İngiliz hükümeti, terörle mücadele kapsamında daha çok Müslüman’ın ‘radikal’ olarak yaftalanacağı yeni bir strateji hazırlığı yapıyor. “Contest 2” adıyla hazırlanan stratejiyi anlatan Guardian gazetesi, “Bu doğrultuda aşırı ve radikal tanımına girdiği kabul edilen kişiler, ceza yasalarının hedefi haline gelmeyecek, sadece sosyal olarak toplum dışına itilecek ve kamu fonlarından, Devlet Yardımları yararlanmaları önlenecek” ifadelerini kullandı.

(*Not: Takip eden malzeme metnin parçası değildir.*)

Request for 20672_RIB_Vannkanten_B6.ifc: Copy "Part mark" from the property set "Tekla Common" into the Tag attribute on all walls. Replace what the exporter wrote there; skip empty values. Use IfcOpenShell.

First a look at what the model holds.

```python
import ifcopenshell
import ifcopenshell.util.element

model = ifcopenshell.open("20672_RIB_Vannkanten_B6.ifc")
print(model.schema)
walls = model.by_type("IfcWall")
print(len(walls), "walls")
for e in walls[:8]:
    source = ifcopenshell.util.element.get_pset(e, "Tekla Common", "Part mark")
    target = e.Tag
    print(e.id(), repr(source), repr(target), sep=" | ")
```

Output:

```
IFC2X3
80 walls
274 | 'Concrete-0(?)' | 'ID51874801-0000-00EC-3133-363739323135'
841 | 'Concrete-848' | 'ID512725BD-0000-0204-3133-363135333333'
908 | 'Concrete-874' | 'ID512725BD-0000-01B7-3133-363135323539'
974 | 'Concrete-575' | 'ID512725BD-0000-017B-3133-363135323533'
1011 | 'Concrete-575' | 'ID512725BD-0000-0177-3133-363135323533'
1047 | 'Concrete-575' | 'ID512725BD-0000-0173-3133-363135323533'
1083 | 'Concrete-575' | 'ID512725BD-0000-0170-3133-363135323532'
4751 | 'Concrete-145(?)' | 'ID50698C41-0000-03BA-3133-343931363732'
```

```python
import ifcopenshell
import ifcopenshell.util.element

model = ifcopenshell.open("20672_RIB_Vannkanten_B6.ifc")

count = 0
for e in model.by_type("IfcWall"):
    value = ifcopenshell.util.element.get_pset(e, "Tekla Common", "Part mark")
    current = e.Tag
    if not value or not value.strip() or current == value:
        continue
    e.Tag = value
    count += 1

print(count, "walls updated")

model.write("20672_RIB_Vannkanten_B6-out.ifc")
```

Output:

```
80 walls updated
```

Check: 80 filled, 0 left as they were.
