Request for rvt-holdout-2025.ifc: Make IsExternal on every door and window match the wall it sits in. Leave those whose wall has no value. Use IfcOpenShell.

First a look at what the model holds.

```python
import ifcopenshell
import ifcopenshell.util.element

model = ifcopenshell.open("rvt-holdout-2025.ifc")
print(model.schema)
seen = {}
for e in model.by_type("IfcDoor") + model.by_type("IfcWindow"):
    if not e.FillsVoids:
        continue
    host = e.FillsVoids[0].RelatingOpeningElement.VoidsElements[0].RelatingBuildingElement
    own = ifcopenshell.util.element.get_pset(e, f"Pset_{e.is_a()[3:].removesuffix('StandardCase')}Common", "IsExternal")
    wall = ifcopenshell.util.element.get_pset(host, "Pset_WallCommon", "IsExternal")
    seen[e.is_a(), own, wall] = seen.get((e.is_a(), own, wall), 0) + 1
for (cls, own, wall), count in sorted(seen.items(), key=str):
    print(count, cls, "IsExternal:", own, "| host wall:", wall)
```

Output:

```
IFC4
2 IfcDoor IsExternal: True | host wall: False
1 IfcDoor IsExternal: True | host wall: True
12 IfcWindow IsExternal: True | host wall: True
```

```python
import ifcopenshell
import ifcopenshell.api.pset
import ifcopenshell.util.element

model = ifcopenshell.open("rvt-holdout-2025.ifc")

count = 0
for ifc_class, pset_name in (("IfcDoor", "Pset_DoorCommon"), ("IfcWindow", "Pset_WindowCommon")):
    for e in model.by_type(ifc_class):
        if not e.FillsVoids:
            continue
        host = e.FillsVoids[0].RelatingOpeningElement.VoidsElements[0].RelatingBuildingElement
        external = ifcopenshell.util.element.get_pset(host, "Pset_WallCommon", "IsExternal")
        if external is None or ifcopenshell.util.element.get_pset(e, pset_name, "IsExternal") == external:
            continue
        pset = ifcopenshell.api.pset.add_pset(model, product=e, name=pset_name)
        ifcopenshell.api.pset.edit_pset(model, pset=pset, properties={"IsExternal": external})
        count += 1

print(count, "updated")

model.write("rvt-holdout-2025_v2.ifc")
```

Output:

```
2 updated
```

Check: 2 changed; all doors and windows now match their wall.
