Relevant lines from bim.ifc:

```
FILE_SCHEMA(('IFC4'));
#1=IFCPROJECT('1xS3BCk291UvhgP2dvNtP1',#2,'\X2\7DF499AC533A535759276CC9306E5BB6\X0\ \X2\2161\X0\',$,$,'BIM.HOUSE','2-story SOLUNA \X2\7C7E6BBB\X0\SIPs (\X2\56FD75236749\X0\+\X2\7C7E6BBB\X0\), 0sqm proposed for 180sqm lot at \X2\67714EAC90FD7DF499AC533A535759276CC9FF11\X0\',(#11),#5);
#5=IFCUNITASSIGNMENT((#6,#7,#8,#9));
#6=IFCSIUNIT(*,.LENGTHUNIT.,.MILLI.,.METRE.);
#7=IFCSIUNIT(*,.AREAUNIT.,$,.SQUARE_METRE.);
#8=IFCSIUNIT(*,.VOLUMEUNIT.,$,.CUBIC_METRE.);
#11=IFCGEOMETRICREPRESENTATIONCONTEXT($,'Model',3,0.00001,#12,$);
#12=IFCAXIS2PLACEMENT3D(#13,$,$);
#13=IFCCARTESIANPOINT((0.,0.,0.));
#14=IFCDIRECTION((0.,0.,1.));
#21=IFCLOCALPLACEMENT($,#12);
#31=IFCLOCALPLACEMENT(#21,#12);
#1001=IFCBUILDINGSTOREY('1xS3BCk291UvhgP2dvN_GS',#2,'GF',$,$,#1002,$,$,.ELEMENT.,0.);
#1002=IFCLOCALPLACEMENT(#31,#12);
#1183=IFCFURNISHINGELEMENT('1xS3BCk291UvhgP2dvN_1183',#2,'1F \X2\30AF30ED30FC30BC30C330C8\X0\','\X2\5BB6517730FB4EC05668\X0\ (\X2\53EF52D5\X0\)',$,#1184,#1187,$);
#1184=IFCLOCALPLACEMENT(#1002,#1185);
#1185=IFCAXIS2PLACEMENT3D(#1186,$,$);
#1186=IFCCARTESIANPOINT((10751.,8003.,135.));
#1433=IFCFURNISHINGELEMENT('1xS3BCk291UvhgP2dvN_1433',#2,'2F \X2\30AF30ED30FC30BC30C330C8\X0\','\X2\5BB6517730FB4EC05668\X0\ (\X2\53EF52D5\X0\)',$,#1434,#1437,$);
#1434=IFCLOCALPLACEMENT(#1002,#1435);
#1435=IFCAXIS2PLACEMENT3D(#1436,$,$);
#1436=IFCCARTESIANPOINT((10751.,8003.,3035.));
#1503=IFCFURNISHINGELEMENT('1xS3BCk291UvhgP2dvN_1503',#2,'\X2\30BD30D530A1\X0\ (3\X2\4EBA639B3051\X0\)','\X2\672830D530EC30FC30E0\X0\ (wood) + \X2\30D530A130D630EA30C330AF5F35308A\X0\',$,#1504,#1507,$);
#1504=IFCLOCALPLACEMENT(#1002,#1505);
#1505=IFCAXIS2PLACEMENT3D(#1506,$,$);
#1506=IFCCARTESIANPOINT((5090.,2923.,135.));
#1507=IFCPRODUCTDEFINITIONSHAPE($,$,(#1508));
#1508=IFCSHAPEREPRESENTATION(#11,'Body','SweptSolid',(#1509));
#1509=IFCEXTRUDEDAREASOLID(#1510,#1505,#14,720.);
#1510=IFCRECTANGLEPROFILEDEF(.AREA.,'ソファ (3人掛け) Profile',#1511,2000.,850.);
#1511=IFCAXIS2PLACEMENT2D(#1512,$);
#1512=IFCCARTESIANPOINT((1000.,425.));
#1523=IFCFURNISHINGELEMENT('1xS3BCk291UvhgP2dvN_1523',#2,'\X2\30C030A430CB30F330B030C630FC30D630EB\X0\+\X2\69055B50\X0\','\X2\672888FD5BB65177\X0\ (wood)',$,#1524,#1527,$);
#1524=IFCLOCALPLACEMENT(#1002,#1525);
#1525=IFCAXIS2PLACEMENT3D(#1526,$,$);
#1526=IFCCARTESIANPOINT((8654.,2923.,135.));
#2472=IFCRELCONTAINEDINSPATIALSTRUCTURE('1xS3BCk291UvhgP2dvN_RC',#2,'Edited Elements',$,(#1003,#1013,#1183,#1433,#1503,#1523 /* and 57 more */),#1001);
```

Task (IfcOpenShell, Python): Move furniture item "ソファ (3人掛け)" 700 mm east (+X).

```python
import ifcopenshell
import ifcopenshell.api.geometry
import ifcopenshell.util.placement
import ifcopenshell.util.unit

model = ifcopenshell.open("bim.ifc")
unit_scale = ifcopenshell.util.unit.calculate_unit_scale(model)

item = model.by_guid("1xS3BCk291UvhgP2dvN_1503")
matrix = ifcopenshell.util.placement.get_local_placement(item.ObjectPlacement)
matrix[0, 3] += 0.7 / unit_scale
ifcopenshell.api.geometry.edit_object_placement(model, product=item, matrix=matrix, is_si=False)

print(ifcopenshell.util.placement.get_local_placement(item.ObjectPlacement).round(3) + 0.0)

model.write("bim_edited.ifc")
```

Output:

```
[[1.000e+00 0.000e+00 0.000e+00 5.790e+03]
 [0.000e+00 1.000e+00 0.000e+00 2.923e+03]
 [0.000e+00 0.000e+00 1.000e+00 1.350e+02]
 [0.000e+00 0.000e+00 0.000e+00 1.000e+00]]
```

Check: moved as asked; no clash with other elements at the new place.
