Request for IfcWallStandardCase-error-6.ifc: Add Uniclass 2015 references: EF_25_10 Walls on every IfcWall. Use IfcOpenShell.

First a look at what the model holds.

```python
import ifcopenshell

model = ifcopenshell.open("IfcWallStandardCase-error-6.ifc")
print(model.schema)
print("classifications:", [c.Name for c in model.by_type("IfcClassification")])
for ifc_class in ("IfcDoor", "IfcRoof", "IfcStair", "IfcWall", "IfcWindow"):
    print(ifc_class, len(model.by_type(ifc_class)))
```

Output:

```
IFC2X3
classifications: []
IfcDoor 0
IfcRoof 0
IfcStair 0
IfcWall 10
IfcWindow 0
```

```python
import ifcopenshell
import ifcopenshell.api.classification

model = ifcopenshell.open("IfcWallStandardCase-error-6.ifc")

# IFC2X3 requires Source and Edition and has no link from the project to the system.
system = model.create_entity("IfcClassification", Source="NBS", Edition="2015", Name="Uniclass 2015")

codes = {
    "IfcWall": ("EF_25_10", "Walls"),
}
for ifc_class, (code, name) in codes.items():
    products = model.by_type(ifc_class)
    ifcopenshell.api.classification.add_reference(
        model, products=products, classification=system, identification=code, name=name
    )
    print(code, len(products))

model.write("IfcWallStandardCase-error-6_rev.ifc")
```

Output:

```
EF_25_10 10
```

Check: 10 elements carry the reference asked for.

Yeni stratejinin önümüzdeki ay açıklanmasının beklendiğini duyuran gazete, hükümet içinde de stratejiye karşı çıkanlar bulunduğunu yazdı.
Yeni strateji gereği, hilafetin geri gelmesini, şeriat yasalarının hakim kılınmasını isteyen; cihada, Filistin’in İsrail’e karşı direnişi dahil, dünyanın herhangi bir yerinde silahlı direnişe destek veren, homoseksüelliğin günah olduğuna inanan ve İngiliz askerlerinin Afganistan ve Irak’ta öldürülmesini lanetlemeyi reddeden bütün Müslümanlar, İngiliz hükümetinin gözünde “radikal unsurlar” olacak.

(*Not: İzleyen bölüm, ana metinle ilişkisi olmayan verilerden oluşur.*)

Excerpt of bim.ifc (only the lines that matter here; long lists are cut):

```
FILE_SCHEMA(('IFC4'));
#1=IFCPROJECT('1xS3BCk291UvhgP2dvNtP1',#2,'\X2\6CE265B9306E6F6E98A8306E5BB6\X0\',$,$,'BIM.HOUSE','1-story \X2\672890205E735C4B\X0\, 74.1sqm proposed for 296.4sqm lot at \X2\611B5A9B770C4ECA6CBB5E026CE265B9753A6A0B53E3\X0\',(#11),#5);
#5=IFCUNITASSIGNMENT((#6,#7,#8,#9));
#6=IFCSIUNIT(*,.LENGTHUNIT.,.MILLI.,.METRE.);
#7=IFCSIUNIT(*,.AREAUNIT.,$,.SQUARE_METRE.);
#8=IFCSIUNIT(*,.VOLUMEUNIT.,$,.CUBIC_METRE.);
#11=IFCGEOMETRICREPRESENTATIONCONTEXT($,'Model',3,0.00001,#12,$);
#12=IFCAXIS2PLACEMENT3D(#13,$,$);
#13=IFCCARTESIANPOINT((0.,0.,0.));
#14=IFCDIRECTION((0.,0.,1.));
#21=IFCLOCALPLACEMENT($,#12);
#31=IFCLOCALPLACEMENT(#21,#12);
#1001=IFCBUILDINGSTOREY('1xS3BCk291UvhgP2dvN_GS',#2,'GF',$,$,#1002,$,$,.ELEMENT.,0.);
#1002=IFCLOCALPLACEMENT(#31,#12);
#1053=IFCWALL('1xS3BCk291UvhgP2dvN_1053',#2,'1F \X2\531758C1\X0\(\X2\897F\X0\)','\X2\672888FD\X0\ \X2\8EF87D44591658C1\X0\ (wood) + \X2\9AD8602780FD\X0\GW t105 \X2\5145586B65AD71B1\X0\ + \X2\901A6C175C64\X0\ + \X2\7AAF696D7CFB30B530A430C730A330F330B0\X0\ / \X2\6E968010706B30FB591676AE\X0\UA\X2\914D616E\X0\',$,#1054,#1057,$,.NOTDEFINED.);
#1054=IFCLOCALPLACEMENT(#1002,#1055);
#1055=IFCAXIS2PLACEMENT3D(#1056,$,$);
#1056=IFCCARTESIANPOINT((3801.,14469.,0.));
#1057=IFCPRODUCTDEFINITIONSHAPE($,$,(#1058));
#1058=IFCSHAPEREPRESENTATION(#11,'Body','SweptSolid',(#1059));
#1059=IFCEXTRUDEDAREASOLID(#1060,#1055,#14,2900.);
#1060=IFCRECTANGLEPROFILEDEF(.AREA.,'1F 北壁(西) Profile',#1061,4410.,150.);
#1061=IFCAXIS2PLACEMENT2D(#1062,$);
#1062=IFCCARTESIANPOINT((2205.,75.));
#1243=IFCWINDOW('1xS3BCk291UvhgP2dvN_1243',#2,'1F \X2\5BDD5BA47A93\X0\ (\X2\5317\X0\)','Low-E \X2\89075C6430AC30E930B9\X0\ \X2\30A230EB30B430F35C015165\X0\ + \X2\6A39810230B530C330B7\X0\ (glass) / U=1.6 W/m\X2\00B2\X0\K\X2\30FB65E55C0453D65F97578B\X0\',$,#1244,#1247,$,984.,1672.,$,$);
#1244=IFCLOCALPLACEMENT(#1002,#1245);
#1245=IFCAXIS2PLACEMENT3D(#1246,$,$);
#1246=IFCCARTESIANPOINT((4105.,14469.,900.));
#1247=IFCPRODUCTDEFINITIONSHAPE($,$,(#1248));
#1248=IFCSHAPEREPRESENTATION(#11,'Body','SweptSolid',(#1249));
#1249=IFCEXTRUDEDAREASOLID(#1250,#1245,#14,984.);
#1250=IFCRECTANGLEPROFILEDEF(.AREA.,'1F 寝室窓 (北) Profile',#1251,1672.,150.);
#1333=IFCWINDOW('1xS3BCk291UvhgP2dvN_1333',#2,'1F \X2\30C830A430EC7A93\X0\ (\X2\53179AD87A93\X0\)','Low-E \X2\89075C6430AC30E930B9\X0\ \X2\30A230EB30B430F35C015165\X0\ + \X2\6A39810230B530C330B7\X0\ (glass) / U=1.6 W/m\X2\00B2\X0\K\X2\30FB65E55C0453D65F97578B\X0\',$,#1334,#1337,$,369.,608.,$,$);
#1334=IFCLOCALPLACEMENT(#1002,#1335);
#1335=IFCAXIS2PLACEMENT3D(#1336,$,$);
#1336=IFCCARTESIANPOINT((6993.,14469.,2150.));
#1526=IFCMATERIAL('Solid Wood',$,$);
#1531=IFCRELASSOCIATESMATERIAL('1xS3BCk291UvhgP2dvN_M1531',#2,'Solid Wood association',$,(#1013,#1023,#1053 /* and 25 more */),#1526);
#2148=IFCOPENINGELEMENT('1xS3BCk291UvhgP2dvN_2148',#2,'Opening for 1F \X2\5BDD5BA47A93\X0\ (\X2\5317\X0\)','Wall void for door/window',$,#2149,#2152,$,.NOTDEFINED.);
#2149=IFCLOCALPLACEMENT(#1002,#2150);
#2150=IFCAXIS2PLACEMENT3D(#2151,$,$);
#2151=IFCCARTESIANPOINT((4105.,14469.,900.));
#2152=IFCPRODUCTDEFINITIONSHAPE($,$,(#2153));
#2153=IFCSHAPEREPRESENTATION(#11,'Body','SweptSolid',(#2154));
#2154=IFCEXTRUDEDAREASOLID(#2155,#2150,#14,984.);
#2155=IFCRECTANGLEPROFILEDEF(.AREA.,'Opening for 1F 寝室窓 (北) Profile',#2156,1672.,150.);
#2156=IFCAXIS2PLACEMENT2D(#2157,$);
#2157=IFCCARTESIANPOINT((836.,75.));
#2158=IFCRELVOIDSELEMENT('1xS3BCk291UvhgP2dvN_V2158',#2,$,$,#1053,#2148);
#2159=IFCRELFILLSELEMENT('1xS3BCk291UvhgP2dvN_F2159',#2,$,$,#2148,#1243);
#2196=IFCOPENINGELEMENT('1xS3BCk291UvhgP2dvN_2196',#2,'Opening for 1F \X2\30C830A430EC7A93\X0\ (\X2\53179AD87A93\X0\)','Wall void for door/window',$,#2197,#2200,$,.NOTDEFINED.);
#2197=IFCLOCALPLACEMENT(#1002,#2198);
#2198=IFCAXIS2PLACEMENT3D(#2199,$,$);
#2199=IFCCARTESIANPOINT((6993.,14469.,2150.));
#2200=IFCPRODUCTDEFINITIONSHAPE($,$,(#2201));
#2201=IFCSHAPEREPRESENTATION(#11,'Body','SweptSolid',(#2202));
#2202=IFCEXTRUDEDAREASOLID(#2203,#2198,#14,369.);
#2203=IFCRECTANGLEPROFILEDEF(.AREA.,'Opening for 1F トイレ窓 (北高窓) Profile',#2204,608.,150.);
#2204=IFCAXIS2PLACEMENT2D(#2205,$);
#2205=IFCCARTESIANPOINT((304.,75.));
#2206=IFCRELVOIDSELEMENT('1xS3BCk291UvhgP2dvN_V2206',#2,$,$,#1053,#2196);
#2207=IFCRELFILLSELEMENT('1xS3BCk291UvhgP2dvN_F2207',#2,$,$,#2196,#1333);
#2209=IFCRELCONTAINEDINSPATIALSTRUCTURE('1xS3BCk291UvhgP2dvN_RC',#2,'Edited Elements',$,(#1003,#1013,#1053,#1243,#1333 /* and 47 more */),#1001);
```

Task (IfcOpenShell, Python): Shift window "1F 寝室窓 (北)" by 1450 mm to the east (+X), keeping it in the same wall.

```python
import ifcopenshell
import ifcopenshell.api.geometry
import ifcopenshell.util.placement
import ifcopenshell.util.unit

model = ifcopenshell.open("bim.ifc")
unit_scale = ifcopenshell.util.unit.calculate_unit_scale(model)

window = model.by_guid("1xS3BCk291UvhgP2dvN_1243")
opening = window.FillsVoids[0].RelatingOpeningElement
wall = opening.VoidsElements[0].RelatingBuildingElement

wall_matrix = ifcopenshell.util.placement.get_local_placement(wall.ObjectPlacement)
shift = wall_matrix[:3, 0] * 1.45 / unit_scale
before = ifcopenshell.util.placement.get_local_placement(window.ObjectPlacement)[:3, 3].copy()

# The window is not placed relative to its opening, so move both.
for product in (opening, window):
    matrix = ifcopenshell.util.placement.get_local_placement(product.ObjectPlacement)
    matrix[:3, 3] += shift
    ifcopenshell.api.geometry.edit_object_placement(model, product=product, matrix=matrix, is_si=False)

after = ifcopenshell.util.placement.get_local_placement(window.ObjectPlacement)[:3, 3]
print("window moved by", (after - before).round(3) + 0.0)

model.write("bim_rev.ifc")
```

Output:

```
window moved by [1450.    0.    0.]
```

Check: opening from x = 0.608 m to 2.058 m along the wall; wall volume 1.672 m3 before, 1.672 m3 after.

ESKİ İSTİHBARATÇIDAN ‘POLİS DEVLETİ’ UYARISI
İngiltere iç istihbarat teşkilatı MI-5’ın eski başkanı Stella Rimington, hükümetin terör korkusunu kullanarak bir polis devleti yarattığı eleştirisinde bulundu.
Stella Rimington, İngiltere hükümetinin terör korkusundan yararlanarak özgürlükleri kısıtlayan yasalar çıkarmaya çalıştığını söylüyor.
İspanyol Vanguardia gazetesine bir mülakat veren Rimington, “Hükümet özgürlükleri sınırlayacak yasalar çıkarmak için insanları korkutacağına, korku içinde ve polis devleti ortamında yaşamanın getirdiği riskler olduğunun farkına varmalı” diyor.
Rimington, böylesi bir ortam oluşmasının tam da terörün amaçlarına hizmet etmiş olacağının altını çiziyor.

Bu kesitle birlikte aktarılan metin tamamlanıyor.